#### [AIM OF THE EXERCISE]
Check each line of the data for "IFCRELDEFINESBYTYPE", and copy the ones that have it.

(DATA PROVIDED Opens)

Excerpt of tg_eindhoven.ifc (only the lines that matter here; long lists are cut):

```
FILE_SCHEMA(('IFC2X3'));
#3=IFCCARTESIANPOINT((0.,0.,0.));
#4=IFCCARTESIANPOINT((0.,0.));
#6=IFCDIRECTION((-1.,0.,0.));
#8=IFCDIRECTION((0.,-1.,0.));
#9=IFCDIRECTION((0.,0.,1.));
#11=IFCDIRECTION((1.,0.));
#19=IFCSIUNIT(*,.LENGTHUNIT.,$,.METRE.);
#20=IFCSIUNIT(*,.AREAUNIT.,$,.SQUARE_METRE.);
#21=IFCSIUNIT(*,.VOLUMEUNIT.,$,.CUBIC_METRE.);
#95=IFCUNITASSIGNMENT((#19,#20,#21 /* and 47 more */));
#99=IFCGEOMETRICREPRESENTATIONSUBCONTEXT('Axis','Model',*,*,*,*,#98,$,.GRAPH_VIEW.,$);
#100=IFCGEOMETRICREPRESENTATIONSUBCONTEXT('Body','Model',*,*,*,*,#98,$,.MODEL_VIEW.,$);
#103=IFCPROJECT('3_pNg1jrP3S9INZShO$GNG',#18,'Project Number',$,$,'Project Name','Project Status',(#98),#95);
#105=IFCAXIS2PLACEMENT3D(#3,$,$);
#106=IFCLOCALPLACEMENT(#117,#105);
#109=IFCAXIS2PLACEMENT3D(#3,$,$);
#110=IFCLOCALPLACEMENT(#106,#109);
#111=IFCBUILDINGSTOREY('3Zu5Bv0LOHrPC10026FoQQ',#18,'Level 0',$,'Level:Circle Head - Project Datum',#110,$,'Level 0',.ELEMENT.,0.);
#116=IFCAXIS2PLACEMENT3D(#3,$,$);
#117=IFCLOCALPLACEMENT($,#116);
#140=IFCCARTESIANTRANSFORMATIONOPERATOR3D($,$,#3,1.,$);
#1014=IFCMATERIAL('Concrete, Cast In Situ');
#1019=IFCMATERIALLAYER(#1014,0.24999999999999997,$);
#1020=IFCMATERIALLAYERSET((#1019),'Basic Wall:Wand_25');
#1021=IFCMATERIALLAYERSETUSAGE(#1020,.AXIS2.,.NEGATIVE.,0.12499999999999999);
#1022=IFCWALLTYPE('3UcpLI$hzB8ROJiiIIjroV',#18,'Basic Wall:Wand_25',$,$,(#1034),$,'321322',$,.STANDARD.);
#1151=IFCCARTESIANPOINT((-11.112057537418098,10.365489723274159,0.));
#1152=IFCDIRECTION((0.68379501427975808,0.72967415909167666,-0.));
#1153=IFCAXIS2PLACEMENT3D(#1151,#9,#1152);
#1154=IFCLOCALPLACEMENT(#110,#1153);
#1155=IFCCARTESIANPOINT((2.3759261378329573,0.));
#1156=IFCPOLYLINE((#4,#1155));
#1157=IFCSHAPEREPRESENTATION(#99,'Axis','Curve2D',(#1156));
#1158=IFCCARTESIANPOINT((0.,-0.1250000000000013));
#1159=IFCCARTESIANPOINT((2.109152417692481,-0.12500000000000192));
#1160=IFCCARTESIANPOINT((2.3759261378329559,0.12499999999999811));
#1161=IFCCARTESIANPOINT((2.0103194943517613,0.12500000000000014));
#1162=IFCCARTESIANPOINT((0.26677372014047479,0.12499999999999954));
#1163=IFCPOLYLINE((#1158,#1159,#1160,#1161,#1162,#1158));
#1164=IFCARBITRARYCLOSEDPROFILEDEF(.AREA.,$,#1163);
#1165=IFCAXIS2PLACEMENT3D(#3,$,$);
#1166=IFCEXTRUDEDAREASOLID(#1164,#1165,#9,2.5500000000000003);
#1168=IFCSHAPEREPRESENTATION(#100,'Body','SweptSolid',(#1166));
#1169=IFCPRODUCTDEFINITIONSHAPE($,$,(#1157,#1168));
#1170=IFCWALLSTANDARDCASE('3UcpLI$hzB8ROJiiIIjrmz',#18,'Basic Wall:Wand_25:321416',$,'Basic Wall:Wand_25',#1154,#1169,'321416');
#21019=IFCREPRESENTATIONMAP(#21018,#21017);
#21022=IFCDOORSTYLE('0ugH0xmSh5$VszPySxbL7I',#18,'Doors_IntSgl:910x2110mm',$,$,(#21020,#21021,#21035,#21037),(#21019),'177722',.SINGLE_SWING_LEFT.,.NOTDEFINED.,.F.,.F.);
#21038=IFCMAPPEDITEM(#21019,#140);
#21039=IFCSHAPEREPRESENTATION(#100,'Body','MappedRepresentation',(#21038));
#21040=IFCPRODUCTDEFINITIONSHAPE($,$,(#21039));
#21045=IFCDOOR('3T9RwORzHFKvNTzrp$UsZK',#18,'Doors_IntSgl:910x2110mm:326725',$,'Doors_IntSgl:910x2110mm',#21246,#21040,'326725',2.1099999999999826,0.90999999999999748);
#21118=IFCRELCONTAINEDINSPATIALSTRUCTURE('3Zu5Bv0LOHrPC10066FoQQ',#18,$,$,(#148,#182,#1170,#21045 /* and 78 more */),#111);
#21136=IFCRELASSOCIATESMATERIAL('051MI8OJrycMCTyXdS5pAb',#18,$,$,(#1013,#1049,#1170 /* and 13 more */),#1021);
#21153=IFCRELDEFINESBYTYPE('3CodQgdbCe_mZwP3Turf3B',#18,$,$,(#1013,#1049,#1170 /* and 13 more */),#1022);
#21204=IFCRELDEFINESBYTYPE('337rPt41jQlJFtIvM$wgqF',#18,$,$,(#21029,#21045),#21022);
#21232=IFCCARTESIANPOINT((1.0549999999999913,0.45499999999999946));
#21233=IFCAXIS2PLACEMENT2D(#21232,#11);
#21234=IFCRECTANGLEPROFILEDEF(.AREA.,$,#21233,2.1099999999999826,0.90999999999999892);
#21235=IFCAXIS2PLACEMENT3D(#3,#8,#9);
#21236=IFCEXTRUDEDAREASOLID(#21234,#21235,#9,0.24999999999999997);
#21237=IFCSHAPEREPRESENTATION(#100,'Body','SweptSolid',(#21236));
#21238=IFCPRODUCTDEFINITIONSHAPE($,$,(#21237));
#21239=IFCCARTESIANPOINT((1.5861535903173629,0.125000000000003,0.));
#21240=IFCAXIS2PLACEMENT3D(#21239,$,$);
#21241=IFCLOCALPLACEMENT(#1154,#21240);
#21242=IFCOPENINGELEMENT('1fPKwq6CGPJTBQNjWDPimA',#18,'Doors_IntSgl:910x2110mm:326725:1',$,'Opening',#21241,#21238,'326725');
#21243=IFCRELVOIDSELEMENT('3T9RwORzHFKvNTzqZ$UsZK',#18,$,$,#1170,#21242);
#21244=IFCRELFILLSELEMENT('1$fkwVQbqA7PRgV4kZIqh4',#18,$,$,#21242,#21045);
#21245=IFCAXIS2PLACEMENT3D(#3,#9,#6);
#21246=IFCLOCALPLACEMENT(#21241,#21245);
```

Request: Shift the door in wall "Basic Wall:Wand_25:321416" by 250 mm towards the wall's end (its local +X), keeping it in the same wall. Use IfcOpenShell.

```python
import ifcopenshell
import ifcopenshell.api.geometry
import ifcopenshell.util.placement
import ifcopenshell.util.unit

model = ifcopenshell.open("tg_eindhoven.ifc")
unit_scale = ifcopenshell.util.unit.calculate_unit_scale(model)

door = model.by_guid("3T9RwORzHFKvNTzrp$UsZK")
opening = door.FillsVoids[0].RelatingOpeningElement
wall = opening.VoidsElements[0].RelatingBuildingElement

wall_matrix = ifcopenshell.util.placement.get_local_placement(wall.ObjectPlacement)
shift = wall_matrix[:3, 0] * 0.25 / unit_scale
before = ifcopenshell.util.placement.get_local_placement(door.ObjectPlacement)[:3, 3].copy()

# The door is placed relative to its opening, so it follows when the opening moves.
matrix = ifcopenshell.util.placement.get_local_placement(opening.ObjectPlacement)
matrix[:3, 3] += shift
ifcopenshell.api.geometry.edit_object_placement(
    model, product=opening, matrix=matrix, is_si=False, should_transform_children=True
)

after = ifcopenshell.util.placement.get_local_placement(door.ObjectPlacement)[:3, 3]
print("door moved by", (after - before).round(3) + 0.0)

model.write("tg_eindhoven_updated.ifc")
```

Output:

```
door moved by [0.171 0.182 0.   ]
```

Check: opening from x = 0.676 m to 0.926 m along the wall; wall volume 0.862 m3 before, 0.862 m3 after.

(DATA PROVIDED Closes)
(DATA PROVIDED Opens)

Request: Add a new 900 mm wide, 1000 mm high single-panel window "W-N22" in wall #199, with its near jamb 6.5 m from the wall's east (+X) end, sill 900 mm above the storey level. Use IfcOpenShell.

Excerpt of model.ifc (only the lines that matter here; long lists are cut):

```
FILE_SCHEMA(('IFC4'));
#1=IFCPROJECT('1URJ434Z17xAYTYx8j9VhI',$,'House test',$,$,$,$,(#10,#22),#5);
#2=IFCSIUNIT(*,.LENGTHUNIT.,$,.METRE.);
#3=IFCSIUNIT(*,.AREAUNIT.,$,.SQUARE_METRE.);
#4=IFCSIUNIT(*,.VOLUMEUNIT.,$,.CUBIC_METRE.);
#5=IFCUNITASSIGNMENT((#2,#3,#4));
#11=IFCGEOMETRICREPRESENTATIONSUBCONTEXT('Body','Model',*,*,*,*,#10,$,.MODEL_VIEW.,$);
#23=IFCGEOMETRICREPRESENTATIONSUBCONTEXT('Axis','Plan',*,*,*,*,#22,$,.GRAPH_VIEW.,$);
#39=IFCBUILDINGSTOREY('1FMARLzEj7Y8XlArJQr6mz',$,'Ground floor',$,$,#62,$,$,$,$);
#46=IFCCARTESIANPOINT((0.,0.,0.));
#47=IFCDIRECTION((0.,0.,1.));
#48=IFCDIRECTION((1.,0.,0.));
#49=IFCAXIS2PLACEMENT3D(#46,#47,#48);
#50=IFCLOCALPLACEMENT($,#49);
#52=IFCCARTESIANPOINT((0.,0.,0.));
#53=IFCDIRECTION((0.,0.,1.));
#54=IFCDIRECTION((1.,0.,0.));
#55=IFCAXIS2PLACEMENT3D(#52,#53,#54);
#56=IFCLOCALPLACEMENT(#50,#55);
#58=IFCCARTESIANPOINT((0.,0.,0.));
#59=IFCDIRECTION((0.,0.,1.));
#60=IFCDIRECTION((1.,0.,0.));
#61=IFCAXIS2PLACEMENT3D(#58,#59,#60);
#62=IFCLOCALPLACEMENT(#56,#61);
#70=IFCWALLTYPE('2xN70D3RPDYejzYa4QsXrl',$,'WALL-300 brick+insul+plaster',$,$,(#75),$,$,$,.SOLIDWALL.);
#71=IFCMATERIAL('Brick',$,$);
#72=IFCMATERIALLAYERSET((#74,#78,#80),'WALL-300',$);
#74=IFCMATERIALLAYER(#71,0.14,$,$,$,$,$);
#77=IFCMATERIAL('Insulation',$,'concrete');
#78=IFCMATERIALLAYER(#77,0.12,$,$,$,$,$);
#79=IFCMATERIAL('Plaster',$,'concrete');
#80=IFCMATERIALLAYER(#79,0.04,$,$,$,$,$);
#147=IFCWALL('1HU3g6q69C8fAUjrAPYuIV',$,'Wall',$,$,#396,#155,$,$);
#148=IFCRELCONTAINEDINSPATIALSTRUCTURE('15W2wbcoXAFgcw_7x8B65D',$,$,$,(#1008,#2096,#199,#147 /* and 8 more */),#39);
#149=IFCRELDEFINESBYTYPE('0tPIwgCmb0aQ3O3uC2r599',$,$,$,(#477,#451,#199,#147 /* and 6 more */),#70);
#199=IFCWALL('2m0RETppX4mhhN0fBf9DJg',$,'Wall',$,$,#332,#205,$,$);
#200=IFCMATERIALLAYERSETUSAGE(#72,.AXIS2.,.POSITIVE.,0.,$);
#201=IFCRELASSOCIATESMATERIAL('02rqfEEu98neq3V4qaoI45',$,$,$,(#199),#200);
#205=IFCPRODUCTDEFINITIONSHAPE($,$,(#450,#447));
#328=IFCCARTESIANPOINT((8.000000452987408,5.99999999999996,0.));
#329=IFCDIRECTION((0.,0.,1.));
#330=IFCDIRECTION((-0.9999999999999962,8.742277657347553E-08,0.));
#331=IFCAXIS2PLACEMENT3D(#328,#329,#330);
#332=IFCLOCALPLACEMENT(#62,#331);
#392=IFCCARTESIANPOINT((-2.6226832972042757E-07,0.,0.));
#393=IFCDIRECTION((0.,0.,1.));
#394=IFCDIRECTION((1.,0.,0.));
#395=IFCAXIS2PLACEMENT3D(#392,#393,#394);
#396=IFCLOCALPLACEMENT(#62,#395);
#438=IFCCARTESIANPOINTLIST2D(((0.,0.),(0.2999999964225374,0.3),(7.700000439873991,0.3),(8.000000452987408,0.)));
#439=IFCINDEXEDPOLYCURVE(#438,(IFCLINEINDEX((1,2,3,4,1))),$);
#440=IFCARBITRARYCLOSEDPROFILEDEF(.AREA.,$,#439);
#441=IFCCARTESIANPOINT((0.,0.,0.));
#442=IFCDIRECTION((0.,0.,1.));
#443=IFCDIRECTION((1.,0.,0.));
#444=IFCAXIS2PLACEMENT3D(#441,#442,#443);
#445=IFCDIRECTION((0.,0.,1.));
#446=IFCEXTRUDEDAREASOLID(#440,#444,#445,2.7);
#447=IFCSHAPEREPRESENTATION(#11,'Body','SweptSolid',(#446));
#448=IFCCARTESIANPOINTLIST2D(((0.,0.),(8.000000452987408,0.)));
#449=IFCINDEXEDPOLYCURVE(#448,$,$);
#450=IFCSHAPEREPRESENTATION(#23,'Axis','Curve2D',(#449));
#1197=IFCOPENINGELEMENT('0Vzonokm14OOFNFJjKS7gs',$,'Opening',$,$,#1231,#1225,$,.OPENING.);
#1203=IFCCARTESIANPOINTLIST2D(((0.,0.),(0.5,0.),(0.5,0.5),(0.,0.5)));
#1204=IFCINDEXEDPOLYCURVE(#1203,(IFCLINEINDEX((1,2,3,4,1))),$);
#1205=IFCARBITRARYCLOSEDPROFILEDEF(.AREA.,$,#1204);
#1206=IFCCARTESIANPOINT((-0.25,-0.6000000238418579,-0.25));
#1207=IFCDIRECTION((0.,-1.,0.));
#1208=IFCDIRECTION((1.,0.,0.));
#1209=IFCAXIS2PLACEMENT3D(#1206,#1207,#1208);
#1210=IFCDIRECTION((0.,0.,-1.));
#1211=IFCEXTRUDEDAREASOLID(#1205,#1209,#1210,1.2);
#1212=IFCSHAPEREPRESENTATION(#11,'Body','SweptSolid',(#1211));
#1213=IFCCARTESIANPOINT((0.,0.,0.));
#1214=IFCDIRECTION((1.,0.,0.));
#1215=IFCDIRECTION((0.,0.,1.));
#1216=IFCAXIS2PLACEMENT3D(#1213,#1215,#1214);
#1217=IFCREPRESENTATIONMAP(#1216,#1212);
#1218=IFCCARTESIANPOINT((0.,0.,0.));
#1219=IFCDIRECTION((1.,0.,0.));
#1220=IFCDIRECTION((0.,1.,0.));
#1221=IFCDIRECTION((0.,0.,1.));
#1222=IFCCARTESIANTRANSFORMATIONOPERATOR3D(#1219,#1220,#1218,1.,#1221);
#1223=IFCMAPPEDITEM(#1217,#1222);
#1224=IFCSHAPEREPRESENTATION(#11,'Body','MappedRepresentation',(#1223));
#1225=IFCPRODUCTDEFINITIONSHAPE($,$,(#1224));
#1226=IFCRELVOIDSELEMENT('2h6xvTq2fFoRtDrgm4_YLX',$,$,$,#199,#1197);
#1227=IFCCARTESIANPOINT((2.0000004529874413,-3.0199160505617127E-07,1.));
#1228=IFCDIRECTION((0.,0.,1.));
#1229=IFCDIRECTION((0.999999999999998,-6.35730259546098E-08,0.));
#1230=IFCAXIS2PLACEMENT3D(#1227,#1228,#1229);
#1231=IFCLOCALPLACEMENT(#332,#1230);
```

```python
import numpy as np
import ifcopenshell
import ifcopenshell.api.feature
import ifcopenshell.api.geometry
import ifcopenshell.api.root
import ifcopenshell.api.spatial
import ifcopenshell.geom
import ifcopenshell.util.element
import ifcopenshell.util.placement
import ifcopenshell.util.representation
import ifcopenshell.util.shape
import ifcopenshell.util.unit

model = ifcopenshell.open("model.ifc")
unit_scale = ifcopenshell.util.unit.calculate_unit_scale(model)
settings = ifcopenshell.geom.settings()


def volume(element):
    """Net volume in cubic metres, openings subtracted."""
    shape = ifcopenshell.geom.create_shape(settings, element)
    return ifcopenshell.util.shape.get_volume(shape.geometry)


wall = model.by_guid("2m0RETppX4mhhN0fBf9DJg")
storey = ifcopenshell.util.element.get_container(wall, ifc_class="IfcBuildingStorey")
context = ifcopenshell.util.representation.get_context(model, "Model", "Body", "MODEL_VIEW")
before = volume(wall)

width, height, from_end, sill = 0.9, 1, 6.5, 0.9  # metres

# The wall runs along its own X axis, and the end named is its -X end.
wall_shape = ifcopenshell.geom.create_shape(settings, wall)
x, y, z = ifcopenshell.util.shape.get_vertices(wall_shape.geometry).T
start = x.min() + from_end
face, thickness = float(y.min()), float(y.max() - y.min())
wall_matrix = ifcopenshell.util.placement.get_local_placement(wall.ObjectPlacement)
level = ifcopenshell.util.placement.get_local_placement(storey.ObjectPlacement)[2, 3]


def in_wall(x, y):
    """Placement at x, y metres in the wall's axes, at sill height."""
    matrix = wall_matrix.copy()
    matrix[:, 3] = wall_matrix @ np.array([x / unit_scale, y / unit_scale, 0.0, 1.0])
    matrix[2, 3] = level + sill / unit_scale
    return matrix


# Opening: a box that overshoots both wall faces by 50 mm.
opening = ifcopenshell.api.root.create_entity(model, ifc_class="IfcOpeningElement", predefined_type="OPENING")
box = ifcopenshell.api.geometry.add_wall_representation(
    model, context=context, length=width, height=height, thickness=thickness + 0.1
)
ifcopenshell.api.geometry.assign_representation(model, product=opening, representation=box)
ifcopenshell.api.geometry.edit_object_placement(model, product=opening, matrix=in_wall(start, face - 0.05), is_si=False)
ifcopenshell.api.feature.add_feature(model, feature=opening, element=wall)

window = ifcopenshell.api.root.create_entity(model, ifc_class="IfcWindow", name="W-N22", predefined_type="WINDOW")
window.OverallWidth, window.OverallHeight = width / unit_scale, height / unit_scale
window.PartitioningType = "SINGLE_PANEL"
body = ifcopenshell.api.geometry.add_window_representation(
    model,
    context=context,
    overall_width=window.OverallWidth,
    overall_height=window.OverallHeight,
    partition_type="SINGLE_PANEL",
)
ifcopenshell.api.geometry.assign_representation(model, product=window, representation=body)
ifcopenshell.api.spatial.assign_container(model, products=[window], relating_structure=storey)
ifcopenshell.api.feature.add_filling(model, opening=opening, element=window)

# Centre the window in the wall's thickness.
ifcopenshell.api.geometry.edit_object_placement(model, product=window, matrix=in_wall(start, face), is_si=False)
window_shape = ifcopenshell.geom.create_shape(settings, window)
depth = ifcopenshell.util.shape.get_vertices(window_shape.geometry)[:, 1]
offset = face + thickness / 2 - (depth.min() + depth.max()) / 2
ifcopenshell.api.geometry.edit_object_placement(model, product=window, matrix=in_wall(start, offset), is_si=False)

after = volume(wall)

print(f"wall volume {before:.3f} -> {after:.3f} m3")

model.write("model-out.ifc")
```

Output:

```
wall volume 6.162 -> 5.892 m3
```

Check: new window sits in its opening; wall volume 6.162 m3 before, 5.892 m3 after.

(DATA PROVIDED Closes)

#### [SOLUTION TO THE EXERCISE]
#21153=IFCRELDEFINESBYTYPE('3CodQgdbCe_mZwP3Turf3B',#18,$,$,(#1013,#1049,#1170 /* and 13 more */),#1022);
#21204=IFCRELDEFINESBYTYPE('337rPt41jQlJFtIvM$wgqF',#18,$,$,(#21029,#21045),#21022);
#149=IFCRELDEFINESBYTYPE('0tPIwgCmb0aQ3O3uC2r599',$,$,$,(#477,#451,#199,#147 /* and 6 more */),#70);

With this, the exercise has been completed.